* [BRIEF]: Go through the records and extract every line with the word "Tessellation".
BEGIN DATA FOR THIS TASK
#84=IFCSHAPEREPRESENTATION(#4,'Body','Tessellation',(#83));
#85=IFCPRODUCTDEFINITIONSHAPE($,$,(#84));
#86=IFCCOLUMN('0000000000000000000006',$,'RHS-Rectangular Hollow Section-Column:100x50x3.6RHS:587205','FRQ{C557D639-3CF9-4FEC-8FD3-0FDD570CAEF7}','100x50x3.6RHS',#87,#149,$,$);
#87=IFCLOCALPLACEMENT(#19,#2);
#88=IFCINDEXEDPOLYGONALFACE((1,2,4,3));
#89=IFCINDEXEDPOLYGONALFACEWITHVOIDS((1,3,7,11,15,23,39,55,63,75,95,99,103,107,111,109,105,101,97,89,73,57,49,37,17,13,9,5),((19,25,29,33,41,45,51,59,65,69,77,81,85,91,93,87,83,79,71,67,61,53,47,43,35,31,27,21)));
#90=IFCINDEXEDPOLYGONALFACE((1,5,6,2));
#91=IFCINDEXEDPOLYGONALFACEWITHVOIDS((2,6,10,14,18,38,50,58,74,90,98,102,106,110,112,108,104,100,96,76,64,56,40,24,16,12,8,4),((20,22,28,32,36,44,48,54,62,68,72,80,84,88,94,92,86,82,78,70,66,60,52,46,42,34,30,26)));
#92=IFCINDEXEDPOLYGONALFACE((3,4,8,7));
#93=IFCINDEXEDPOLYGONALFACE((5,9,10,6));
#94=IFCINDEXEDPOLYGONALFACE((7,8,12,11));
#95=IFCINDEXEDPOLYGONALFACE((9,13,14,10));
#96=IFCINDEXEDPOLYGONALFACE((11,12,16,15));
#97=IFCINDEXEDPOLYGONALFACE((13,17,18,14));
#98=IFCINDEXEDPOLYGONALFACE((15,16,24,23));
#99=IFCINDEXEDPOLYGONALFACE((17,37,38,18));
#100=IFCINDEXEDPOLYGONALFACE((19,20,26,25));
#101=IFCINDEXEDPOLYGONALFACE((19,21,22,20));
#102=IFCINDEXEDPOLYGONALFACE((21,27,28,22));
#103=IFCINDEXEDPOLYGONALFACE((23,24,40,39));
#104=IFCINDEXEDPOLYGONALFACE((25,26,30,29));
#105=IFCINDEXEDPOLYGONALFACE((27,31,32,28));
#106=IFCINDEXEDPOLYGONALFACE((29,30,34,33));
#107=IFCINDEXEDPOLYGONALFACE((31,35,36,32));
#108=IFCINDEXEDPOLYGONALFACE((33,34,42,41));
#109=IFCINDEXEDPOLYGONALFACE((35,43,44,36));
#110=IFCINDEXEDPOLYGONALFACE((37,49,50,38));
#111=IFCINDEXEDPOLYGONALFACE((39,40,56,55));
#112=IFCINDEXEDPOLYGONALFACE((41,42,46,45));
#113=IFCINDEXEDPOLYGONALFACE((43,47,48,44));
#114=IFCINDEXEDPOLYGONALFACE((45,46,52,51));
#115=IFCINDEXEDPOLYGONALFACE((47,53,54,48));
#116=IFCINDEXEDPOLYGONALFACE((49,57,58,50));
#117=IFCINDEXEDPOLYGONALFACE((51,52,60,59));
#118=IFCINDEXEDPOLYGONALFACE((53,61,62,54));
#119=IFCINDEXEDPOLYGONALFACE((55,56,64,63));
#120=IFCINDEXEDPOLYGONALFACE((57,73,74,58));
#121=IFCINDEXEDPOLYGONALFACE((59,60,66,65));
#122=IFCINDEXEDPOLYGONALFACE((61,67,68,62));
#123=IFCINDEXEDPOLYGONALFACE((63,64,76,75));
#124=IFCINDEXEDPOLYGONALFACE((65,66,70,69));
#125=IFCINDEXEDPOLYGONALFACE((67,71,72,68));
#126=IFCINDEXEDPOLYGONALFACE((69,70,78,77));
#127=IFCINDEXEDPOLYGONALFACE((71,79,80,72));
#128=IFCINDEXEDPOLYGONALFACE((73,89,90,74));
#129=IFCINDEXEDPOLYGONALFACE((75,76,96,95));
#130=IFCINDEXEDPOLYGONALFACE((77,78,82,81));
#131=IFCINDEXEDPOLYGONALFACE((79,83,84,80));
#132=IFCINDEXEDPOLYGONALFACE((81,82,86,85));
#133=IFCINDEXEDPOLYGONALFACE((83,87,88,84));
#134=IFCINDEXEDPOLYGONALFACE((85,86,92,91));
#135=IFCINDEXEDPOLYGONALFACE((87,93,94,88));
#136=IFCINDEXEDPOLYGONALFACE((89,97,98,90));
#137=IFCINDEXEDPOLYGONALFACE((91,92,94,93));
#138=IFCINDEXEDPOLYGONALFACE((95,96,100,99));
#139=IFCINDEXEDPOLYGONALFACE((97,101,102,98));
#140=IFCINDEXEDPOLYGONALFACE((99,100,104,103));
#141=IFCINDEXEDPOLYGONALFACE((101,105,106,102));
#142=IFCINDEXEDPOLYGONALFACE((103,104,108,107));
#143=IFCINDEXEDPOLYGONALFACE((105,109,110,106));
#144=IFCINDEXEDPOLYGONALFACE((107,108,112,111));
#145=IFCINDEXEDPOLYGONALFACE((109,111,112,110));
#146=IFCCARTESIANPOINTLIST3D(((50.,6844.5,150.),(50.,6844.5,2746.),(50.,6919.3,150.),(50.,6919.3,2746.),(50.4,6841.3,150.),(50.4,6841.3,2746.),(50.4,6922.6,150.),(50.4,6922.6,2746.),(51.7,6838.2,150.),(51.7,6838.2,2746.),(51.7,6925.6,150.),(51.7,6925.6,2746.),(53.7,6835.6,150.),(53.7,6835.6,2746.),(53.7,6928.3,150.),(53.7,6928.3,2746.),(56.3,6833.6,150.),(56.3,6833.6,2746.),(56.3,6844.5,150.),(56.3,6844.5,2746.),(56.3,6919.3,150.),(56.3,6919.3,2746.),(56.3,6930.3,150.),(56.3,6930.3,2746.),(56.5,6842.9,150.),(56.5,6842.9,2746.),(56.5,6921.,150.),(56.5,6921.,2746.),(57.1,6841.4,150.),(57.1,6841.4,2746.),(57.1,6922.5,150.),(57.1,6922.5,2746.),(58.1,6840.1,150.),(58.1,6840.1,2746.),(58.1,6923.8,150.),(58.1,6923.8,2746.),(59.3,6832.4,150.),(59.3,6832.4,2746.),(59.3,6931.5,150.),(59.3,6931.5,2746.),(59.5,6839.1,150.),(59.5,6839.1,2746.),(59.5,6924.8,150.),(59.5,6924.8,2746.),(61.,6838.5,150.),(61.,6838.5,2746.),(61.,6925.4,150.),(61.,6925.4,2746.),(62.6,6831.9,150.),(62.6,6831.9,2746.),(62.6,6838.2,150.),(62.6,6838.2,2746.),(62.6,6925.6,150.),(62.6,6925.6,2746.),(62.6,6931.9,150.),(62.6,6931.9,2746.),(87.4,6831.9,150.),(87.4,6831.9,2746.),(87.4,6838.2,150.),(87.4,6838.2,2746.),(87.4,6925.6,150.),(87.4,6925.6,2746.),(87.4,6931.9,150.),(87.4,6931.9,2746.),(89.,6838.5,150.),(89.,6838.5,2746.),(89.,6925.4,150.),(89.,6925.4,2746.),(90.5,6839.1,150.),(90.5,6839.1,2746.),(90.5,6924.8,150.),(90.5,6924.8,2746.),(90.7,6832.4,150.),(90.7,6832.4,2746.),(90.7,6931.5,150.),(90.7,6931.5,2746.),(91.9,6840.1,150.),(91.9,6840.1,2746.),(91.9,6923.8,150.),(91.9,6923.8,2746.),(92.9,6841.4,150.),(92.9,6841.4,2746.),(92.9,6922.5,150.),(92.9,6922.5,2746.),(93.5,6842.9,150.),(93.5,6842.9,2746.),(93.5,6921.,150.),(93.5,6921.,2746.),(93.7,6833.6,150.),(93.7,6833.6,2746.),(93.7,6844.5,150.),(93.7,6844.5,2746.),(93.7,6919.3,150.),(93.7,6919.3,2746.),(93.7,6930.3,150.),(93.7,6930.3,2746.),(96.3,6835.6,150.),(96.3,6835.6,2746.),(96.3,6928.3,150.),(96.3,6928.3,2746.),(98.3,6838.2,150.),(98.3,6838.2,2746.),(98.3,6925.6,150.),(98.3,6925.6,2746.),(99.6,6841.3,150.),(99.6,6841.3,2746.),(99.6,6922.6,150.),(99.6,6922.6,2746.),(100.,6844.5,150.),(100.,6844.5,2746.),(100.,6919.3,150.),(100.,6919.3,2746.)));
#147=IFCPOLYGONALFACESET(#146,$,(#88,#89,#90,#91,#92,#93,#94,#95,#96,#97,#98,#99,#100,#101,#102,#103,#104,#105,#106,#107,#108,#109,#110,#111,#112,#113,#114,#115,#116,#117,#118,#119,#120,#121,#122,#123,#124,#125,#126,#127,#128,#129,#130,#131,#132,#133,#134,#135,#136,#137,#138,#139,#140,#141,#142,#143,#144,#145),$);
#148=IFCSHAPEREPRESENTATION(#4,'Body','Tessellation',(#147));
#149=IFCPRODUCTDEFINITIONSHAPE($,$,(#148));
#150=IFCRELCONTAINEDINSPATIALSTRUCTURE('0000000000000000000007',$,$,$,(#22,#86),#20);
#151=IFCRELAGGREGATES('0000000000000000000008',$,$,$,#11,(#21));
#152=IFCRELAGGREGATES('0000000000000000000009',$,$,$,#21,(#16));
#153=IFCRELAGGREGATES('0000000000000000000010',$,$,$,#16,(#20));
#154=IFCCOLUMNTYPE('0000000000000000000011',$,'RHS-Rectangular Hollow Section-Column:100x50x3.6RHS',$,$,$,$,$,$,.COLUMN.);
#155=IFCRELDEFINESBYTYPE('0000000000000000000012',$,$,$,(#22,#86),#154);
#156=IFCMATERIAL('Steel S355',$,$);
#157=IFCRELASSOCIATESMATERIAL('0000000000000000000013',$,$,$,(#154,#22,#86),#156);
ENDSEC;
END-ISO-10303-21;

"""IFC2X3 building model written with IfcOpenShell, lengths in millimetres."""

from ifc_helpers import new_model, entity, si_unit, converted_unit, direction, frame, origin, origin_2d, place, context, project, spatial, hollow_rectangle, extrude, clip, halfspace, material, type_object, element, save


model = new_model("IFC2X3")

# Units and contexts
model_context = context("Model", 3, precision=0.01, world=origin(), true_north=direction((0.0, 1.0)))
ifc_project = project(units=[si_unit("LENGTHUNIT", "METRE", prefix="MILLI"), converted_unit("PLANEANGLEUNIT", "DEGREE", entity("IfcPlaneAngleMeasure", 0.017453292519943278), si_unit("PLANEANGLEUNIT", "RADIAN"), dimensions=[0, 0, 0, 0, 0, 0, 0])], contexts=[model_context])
END DATA FOR THIS TASK
* [SOLUTION TO THE EXERCISE]:
#84=IFCSHAPEREPRESENTATION(#4,'Body','Tessellation',(#83));
#148=IFCSHAPEREPRESENTATION(#4,'Body','Tessellation',(#147));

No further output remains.